There are 3 ways that parameters can be specified in GROMACS topologies – either through include topology files, as separate [ <parameter>type ] sections in the main topology file, or in-line with the actual topologies themselves.

You can specify where the parameters are placed using the parameters keyword in GromacsTopologyFile.write(). The allowed values are inline, a string representing the name of a file, or an open file object. If the file name is the same as the file name of the topology file itself, then the parameter sections will be written to the beginning of the topology file. If it is a different file, the name of the file will be included in the generated topology file. The default value is inline.

The GRO coordinate

ParmEd also supplies classes for parsing the various variants of the GROMACS GRO file. Because the GRO file resembles a PDB file, the GromacsGroFile has a parse method that will parse a GRO file and instantiate a Structure.

The coordinates can be extracted from the xx, xy, and xz attributes on each Atom instance in the Structure.

The GRO file is automatically detected by parmed.load_file(), and this is the recommended way to parse these files.
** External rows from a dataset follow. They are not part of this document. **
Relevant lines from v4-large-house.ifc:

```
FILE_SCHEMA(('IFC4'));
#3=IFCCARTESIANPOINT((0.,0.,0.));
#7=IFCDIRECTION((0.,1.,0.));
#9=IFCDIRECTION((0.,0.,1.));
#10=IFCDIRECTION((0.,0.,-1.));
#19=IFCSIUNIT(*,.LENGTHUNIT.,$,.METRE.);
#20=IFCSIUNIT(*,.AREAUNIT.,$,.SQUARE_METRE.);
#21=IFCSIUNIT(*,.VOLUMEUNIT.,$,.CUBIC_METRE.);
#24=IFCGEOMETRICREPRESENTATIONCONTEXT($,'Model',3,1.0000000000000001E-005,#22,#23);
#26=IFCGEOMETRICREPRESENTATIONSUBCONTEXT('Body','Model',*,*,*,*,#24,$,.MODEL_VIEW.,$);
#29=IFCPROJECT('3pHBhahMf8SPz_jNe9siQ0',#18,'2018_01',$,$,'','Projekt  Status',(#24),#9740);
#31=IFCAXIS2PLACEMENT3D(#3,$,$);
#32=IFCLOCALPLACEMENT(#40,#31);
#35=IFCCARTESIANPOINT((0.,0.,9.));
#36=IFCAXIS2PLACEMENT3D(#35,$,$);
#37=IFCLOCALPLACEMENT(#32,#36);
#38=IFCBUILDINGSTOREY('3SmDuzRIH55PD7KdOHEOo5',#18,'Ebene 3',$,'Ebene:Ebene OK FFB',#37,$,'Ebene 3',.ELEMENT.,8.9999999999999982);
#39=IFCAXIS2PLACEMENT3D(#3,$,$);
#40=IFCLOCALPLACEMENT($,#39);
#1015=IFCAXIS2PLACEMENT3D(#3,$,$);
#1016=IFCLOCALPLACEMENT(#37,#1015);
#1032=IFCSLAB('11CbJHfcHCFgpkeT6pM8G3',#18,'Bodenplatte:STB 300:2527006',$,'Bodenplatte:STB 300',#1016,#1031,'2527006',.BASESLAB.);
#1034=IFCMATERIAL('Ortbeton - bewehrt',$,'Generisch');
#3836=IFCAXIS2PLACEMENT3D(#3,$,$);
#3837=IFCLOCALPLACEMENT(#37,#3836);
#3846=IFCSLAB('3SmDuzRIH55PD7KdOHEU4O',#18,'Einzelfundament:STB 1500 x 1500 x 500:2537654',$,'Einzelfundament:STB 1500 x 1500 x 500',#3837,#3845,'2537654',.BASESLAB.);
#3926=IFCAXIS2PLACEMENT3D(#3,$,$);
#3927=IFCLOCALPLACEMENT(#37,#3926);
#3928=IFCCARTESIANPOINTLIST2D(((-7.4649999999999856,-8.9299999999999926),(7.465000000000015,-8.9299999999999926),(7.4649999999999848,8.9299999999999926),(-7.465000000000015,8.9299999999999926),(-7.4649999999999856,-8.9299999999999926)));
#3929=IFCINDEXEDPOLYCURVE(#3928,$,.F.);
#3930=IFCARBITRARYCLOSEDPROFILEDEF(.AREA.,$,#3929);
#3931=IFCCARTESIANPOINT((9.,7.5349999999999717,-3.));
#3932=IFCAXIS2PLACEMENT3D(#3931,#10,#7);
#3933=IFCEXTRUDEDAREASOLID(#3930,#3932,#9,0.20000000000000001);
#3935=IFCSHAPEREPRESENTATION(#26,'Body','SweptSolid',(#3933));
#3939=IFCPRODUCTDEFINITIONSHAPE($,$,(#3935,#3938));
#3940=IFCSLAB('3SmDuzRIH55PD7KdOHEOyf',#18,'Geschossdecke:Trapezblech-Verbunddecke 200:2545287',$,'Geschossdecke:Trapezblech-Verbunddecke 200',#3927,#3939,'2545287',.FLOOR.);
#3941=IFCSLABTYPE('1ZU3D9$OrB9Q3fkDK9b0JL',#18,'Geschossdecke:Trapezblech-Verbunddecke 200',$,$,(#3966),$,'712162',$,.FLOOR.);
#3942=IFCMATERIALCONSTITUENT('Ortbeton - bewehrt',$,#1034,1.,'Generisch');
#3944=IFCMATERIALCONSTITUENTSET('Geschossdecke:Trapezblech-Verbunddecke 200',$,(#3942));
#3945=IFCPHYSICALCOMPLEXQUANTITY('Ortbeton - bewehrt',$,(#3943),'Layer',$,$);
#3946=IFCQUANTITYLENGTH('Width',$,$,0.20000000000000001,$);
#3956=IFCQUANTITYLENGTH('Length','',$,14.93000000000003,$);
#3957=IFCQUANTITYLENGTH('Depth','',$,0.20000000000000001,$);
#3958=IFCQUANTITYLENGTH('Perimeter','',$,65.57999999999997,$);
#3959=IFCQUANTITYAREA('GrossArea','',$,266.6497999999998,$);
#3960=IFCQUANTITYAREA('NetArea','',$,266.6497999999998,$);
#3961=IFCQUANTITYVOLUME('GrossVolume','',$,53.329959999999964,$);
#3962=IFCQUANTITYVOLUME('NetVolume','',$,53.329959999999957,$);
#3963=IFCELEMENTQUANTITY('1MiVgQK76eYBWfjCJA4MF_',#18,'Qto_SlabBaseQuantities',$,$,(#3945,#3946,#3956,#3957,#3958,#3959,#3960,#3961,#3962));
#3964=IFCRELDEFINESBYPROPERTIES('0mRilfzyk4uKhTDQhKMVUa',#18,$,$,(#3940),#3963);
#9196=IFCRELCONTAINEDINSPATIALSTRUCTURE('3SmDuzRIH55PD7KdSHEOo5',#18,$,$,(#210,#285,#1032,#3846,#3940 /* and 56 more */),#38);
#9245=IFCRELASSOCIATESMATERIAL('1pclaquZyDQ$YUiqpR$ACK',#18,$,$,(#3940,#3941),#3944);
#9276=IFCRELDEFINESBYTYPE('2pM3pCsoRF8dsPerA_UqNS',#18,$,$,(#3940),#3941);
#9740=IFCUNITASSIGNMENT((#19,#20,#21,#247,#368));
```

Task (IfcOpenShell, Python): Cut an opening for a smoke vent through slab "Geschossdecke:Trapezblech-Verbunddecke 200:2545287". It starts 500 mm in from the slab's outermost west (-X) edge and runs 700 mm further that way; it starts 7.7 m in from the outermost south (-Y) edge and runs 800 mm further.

```python
import numpy as np
import ifcopenshell
import ifcopenshell.api.feature
import ifcopenshell.api.geometry
import ifcopenshell.api.pset
import ifcopenshell.api.root
import ifcopenshell.geom
import ifcopenshell.util.element
import ifcopenshell.util.placement
import ifcopenshell.util.representation
import ifcopenshell.util.shape
import ifcopenshell.util.unit

model = ifcopenshell.open("v4-large-house.ifc")
unit_scale = ifcopenshell.util.unit.calculate_unit_scale(model)
area_scale = ifcopenshell.util.unit.calculate_unit_scale(model, "AREAUNIT")
volume_scale = ifcopenshell.util.unit.calculate_unit_scale(model, "VOLUMEUNIT")
settings = ifcopenshell.geom.settings()


def volume(element):
    """Net volume in cubic metres, openings subtracted."""
    shape = ifcopenshell.geom.create_shape(settings, element)
    return ifcopenshell.util.shape.get_volume(shape.geometry)


slab = model.by_guid("3SmDuzRIH55PD7KdOHEOyf")
before = volume(slab)

# Extent in the slab's own axes, in metres. The edges named are its -X and -Y sides.
slab_shape = ifcopenshell.geom.create_shape(settings, slab)
vertices = ifcopenshell.util.shape.get_vertices(slab_shape.geometry)
x_min, y_min, bottom = vertices.min(axis=0)
top = vertices[:, 2].max()

opening = ifcopenshell.api.root.create_entity(model, ifc_class="IfcOpeningElement", name="Smoke vent opening", predefined_type="OPENING")
context = ifcopenshell.util.representation.get_context(model, "Model", "Body", "MODEL_VIEW")
width, depth = 0.7, 0.8
outline = [(0.0, 0.0), (width, 0.0), (width, depth), (0.0, depth), (0.0, 0.0)]
# Overshoot both faces by 50 mm so the cut is clean.
shape = ifcopenshell.api.geometry.add_slab_representation(
    model, context=context, depth=top - bottom + 0.1, polyline=outline
)
ifcopenshell.api.geometry.assign_representation(model, product=opening, representation=shape)

matrix = ifcopenshell.util.placement.get_local_placement(slab.ObjectPlacement)
matrix[:, 3] = matrix @ np.append(np.array([x_min + 0.5, y_min + 7.7, bottom - 0.05]) / unit_scale, 1.0)
ifcopenshell.api.geometry.edit_object_placement(model, product=opening, matrix=matrix, is_si=False)
ifcopenshell.api.feature.add_feature(model, feature=opening, element=slab)

after = volume(slab)

# Update the slab's stored quantities.
qto = model.by_id(ifcopenshell.util.element.get_pset(slab, "Qto_SlabBaseQuantities", should_inherit=False)["id"])
ifcopenshell.api.pset.edit_qto(model, qto=qto, properties={
    "NetArea": after / (top - bottom) / area_scale,
    "NetVolume": after / volume_scale,
})

print(f"slab volume {before:.3f} -> {after:.3f} m3")

model.write("v4-large-house_rev.ifc")
```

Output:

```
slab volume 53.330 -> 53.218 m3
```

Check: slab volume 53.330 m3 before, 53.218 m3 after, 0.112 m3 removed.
The corresponding classes are:

GromacsTopologyFile([fname, defines, ...]) Class providing a parser and writer for a GROMACS topology file
GromacsGroFile Parses and writes Gromacs GRO files

Example usage

Many exciting possibilities are available with GromacsTopologyFile and GromacsGroFile. For example, ParmEd is the first software package to enable conversion of Gromacs simulation input files to AMBER format in just a few lines of code:

>>> from parmed import gromacs, amber, unit as u
>>> gmx_top = GromacsTopologyFile('topol.top')
>>> gmx_gro = GromacsGroFile.parse('conf.gro')
>>> gmx_top.box = gmx_gro.box # Needed because .prmtop contains box info
>>> gmx_top.positions = gmx_gro.positions
>>> amb_prm = AmberParm.from_structure(gmx_top)
>>> amb_prm.write("prmtop")
>>> amb_inpcrd = amber.AmberAsciiRestart("inpcrd", mode="w")
>>> amb_inpcrd.coordinates = gmx_top.coordinates
>>> amb_inpcrd.box = gmx_top.box
>>> amb_inpcrd.close()

Furthermore, you may check the correctness of topology loading by using the GromacsTopologyFile object to calculate an OpenMM potential energy and force, then comparing that result with your own output from Gromacs:

>>> import simtk.openmm as mm
>>> import simtk.openmm.app as app
>>> system = gmx_top.createSystem() # OpenMM System creation
>>> integ = mm.VerletIntegrator(1.0*u.femtosecond)
>>> plat = mm.Platform.getPlatformByName('Reference')
>>> simul = app.Simulation(gmx_top.topology, system, integ, plat)
>>> simul.context.setPositions(gmx_top.positions)
>>> simul.context.applyConstraints(1e-12)
>>> state = simul.context.getState(getEnergy=True, getForces=True)
>>> print(state.getPotentialEnergy())

A typical protein/water system with 23,000 atoms at ambient conditions with periodic boundary conditions and PME electrostatics has average forces on the order of 20 kcal/mol/Angstrom. ParmEd allows us to run this same simulation in OpenMM or AMBER with a RMS force difference of 0.002 kcal/mol/Angstrom, i.e. the forces between the software packages are accurate to 1 part in 10,000. The remaining differences are due to how the different software packages treat nonbonded interactions in the cut-off region, use of single precision in the computation, and other small factors that are not expected to affect the simulation results.